TRY IT: Write out the lines from the top of the material through the line with "#79=IFCINDEXEDPOLYGONALFACE((1,3,7,5));", exactly and with nothing added.

INPUT FOR THIS TASK:
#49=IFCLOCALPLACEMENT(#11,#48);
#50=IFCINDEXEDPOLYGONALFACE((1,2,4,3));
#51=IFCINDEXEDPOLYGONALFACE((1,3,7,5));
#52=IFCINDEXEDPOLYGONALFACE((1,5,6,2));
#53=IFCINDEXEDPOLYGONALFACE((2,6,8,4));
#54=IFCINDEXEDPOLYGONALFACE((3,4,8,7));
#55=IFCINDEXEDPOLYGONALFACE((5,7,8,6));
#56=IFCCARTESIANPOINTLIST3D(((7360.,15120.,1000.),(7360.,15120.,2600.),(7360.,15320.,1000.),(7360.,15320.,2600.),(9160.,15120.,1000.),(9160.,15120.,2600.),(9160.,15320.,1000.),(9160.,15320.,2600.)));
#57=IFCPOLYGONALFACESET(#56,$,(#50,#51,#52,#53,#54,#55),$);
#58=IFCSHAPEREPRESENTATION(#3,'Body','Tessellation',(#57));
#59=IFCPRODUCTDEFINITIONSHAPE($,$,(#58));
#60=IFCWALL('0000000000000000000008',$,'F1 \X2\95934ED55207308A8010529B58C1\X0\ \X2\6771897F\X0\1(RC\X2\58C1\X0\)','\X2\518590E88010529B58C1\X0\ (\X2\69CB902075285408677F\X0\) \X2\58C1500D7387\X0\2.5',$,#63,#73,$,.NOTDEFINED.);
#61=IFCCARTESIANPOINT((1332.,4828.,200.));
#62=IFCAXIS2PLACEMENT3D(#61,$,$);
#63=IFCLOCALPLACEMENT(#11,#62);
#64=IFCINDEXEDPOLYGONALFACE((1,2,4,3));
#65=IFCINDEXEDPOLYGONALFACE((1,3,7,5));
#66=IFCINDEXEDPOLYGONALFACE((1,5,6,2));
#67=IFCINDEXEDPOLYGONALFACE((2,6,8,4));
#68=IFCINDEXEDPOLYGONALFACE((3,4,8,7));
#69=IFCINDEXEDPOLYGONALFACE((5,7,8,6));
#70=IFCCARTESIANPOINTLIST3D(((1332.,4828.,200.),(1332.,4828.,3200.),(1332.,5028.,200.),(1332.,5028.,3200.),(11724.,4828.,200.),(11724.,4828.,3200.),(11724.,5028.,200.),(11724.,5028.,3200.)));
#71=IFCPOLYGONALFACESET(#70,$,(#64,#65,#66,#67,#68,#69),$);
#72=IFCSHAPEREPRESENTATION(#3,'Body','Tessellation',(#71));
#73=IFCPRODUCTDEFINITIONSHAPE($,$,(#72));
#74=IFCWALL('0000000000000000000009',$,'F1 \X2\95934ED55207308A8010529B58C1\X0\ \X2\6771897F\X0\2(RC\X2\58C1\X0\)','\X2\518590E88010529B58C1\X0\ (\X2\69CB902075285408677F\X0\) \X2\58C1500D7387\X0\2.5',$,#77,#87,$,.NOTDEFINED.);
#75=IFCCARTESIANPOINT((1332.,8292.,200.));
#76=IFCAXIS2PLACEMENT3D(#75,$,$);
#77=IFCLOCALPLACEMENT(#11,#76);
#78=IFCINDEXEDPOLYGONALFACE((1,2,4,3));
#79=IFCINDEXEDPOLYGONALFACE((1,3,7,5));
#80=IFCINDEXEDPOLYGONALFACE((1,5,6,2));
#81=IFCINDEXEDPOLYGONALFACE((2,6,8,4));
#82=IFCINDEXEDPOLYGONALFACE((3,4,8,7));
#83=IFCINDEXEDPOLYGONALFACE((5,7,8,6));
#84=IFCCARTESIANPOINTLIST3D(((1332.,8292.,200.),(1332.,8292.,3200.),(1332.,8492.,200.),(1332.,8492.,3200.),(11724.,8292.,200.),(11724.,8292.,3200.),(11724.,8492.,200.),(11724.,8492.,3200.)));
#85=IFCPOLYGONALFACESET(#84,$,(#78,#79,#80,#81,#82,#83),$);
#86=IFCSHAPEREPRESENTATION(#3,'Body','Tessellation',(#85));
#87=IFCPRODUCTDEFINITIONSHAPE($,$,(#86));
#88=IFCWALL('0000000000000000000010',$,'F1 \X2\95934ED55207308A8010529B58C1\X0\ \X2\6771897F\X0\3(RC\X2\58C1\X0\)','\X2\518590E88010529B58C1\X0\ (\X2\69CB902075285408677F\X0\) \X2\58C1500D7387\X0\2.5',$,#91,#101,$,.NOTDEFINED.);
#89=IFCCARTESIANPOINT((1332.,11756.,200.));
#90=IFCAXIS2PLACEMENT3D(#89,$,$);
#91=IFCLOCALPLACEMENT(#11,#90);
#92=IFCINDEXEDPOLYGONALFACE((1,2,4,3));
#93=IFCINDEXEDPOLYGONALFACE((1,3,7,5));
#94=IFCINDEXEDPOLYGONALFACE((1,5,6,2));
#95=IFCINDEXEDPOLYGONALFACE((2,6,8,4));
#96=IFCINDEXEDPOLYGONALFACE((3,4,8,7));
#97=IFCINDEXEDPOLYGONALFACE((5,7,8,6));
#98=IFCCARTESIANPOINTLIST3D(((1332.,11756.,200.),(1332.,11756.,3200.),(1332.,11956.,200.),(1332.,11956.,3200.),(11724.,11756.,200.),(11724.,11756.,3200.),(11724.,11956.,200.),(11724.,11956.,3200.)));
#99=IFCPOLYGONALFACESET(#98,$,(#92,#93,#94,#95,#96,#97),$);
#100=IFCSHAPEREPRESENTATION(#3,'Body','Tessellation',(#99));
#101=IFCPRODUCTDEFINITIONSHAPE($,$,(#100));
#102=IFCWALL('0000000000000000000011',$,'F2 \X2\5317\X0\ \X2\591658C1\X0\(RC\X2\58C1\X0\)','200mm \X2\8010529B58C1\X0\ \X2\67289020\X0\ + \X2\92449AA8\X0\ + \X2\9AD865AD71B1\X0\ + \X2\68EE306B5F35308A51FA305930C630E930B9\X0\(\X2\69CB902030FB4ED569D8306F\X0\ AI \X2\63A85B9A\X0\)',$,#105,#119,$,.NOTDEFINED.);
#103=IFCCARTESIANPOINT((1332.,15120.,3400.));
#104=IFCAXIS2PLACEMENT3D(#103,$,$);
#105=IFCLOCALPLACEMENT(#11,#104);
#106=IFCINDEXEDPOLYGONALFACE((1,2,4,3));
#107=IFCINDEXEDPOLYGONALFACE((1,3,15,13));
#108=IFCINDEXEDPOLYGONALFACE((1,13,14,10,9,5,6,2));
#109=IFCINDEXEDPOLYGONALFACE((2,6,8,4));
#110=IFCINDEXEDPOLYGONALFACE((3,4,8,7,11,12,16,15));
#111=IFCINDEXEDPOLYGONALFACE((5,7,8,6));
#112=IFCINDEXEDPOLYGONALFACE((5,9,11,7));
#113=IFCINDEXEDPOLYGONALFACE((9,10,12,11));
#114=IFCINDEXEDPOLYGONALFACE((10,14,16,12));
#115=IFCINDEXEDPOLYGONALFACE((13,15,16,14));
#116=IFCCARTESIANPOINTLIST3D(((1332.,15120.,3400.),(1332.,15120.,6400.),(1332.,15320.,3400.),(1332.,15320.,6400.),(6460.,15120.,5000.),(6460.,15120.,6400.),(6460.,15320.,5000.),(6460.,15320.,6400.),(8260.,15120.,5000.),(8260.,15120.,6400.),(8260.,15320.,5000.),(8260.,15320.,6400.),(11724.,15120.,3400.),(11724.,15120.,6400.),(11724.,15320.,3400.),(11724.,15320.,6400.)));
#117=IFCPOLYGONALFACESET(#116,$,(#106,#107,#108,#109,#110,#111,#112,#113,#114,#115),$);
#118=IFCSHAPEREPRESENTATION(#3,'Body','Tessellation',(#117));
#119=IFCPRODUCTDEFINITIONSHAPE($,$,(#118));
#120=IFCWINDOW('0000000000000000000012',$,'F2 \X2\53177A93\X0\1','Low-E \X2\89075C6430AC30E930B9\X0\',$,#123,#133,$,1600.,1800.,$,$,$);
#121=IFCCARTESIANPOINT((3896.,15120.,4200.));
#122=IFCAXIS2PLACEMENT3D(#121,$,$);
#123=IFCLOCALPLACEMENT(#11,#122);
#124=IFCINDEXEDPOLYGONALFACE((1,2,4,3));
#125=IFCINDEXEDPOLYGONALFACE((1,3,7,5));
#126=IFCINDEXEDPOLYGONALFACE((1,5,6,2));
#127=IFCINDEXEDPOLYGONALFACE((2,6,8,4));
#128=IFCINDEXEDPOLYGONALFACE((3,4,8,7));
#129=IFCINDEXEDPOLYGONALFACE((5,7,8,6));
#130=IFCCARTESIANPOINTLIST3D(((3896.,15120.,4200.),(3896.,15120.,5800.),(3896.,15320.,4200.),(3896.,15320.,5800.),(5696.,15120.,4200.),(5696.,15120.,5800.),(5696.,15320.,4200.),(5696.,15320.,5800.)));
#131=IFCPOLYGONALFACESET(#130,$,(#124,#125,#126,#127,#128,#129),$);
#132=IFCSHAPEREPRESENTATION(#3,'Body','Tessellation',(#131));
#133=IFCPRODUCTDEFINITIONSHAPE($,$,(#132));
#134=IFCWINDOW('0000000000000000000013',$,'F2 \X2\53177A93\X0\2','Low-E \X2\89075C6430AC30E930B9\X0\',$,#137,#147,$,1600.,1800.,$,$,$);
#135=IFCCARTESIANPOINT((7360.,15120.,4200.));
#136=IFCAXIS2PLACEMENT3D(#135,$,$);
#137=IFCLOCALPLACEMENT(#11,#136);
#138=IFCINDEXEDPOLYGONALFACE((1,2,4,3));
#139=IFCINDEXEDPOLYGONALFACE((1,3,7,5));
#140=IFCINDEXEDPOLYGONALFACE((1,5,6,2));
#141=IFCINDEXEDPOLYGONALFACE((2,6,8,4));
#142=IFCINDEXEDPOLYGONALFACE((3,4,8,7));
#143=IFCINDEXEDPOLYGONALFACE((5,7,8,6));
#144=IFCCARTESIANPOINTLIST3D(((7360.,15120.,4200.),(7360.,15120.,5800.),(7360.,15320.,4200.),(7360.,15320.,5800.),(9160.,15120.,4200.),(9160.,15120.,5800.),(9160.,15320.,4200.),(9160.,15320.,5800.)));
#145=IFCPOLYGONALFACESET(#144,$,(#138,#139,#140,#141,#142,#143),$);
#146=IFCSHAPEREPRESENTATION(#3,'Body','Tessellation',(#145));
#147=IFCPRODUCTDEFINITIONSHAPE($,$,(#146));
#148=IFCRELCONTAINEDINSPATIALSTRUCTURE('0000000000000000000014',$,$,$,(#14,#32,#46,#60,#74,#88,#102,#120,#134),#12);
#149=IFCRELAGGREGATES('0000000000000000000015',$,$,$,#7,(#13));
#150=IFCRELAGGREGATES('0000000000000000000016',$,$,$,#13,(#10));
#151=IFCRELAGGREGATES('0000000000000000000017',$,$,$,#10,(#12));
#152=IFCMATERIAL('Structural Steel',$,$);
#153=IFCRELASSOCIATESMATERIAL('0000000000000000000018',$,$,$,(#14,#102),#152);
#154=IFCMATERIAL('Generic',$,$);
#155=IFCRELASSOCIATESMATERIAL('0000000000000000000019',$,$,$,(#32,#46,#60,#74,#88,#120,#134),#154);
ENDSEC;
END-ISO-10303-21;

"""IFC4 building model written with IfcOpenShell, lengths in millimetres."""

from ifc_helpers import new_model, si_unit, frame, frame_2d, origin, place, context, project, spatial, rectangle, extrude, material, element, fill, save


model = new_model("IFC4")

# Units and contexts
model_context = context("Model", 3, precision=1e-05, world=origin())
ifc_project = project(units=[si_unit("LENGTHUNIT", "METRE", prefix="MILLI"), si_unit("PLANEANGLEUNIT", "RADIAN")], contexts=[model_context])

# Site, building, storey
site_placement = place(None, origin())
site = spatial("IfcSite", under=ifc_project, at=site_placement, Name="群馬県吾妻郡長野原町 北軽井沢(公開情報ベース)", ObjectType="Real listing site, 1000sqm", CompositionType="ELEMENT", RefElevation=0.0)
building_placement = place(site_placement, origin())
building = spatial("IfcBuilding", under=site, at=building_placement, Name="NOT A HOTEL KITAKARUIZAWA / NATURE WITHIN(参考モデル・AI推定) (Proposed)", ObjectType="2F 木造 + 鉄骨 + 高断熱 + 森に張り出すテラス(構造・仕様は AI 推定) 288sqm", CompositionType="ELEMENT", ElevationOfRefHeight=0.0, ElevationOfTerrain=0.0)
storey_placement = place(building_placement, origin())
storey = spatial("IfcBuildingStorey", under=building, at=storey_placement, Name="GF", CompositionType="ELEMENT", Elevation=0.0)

REPLY:
#49=IFCLOCALPLACEMENT(#11,#48);
#50=IFCINDEXEDPOLYGONALFACE((1,2,4,3));
#51=IFCINDEXEDPOLYGONALFACE((1,3,7,5));
#52=IFCINDEXEDPOLYGONALFACE((1,5,6,2));
#53=IFCINDEXEDPOLYGONALFACE((2,6,8,4));
#54=IFCINDEXEDPOLYGONALFACE((3,4,8,7));
#55=IFCINDEXEDPOLYGONALFACE((5,7,8,6));
#56=IFCCARTESIANPOINTLIST3D(((7360.,15120.,1000.),(7360.,15120.,2600.),(7360.,15320.,1000.),(7360.,15320.,2600.),(9160.,15120.,1000.),(9160.,15120.,2600.),(9160.,15320.,1000.),(9160.,15320.,2600.)));
#57=IFCPOLYGONALFACESET(#56,$,(#50,#51,#52,#53,#54,#55),$);
#58=IFCSHAPEREPRESENTATION(#3,'Body','Tessellation',(#57));
#59=IFCPRODUCTDEFINITIONSHAPE($,$,(#58));
#60=IFCWALL('0000000000000000000008',$,'F1 \X2\95934ED55207308A8010529B58C1\X0\ \X2\6771897F\X0\1(RC\X2\58C1\X0\)','\X2\518590E88010529B58C1\X0\ (\X2\69CB902075285408677F\X0\) \X2\58C1500D7387\X0\2.5',$,#63,#73,$,.NOTDEFINED.);
#61=IFCCARTESIANPOINT((1332.,4828.,200.));
#62=IFCAXIS2PLACEMENT3D(#61,$,$);
#63=IFCLOCALPLACEMENT(#11,#62);
#64=IFCINDEXEDPOLYGONALFACE((1,2,4,3));
#65=IFCINDEXEDPOLYGONALFACE((1,3,7,5));
#66=IFCINDEXEDPOLYGONALFACE((1,5,6,2));
#67=IFCINDEXEDPOLYGONALFACE((2,6,8,4));
#68=IFCINDEXEDPOLYGONALFACE((3,4,8,7));
#69=IFCINDEXEDPOLYGONALFACE((5,7,8,6));
#70=IFCCARTESIANPOINTLIST3D(((1332.,4828.,200.),(1332.,4828.,3200.),(1332.,5028.,200.),(1332.,5028.,3200.),(11724.,4828.,200.),(11724.,4828.,3200.),(11724.,5028.,200.),(11724.,5028.,3200.)));
#71=IFCPOLYGONALFACESET(#70,$,(#64,#65,#66,#67,#68,#69),$);
#72=IFCSHAPEREPRESENTATION(#3,'Body','Tessellation',(#71));
#73=IFCPRODUCTDEFINITIONSHAPE($,$,(#72));
#74=IFCWALL('0000000000000000000009',$,'F1 \X2\95934ED55207308A8010529B58C1\X0\ \X2\6771897F\X0\2(RC\X2\58C1\X0\)','\X2\518590E88010529B58C1\X0\ (\X2\69CB902075285408677F\X0\) \X2\58C1500D7387\X0\2.5',$,#77,#87,$,.NOTDEFINED.);
#75=IFCCARTESIANPOINT((1332.,8292.,200.));
#76=IFCAXIS2PLACEMENT3D(#75,$,$);
#77=IFCLOCALPLACEMENT(#11,#76);
#78=IFCINDEXEDPOLYGONALFACE((1,2,4,3));
#79=IFCINDEXEDPOLYGONALFACE((1,3,7,5));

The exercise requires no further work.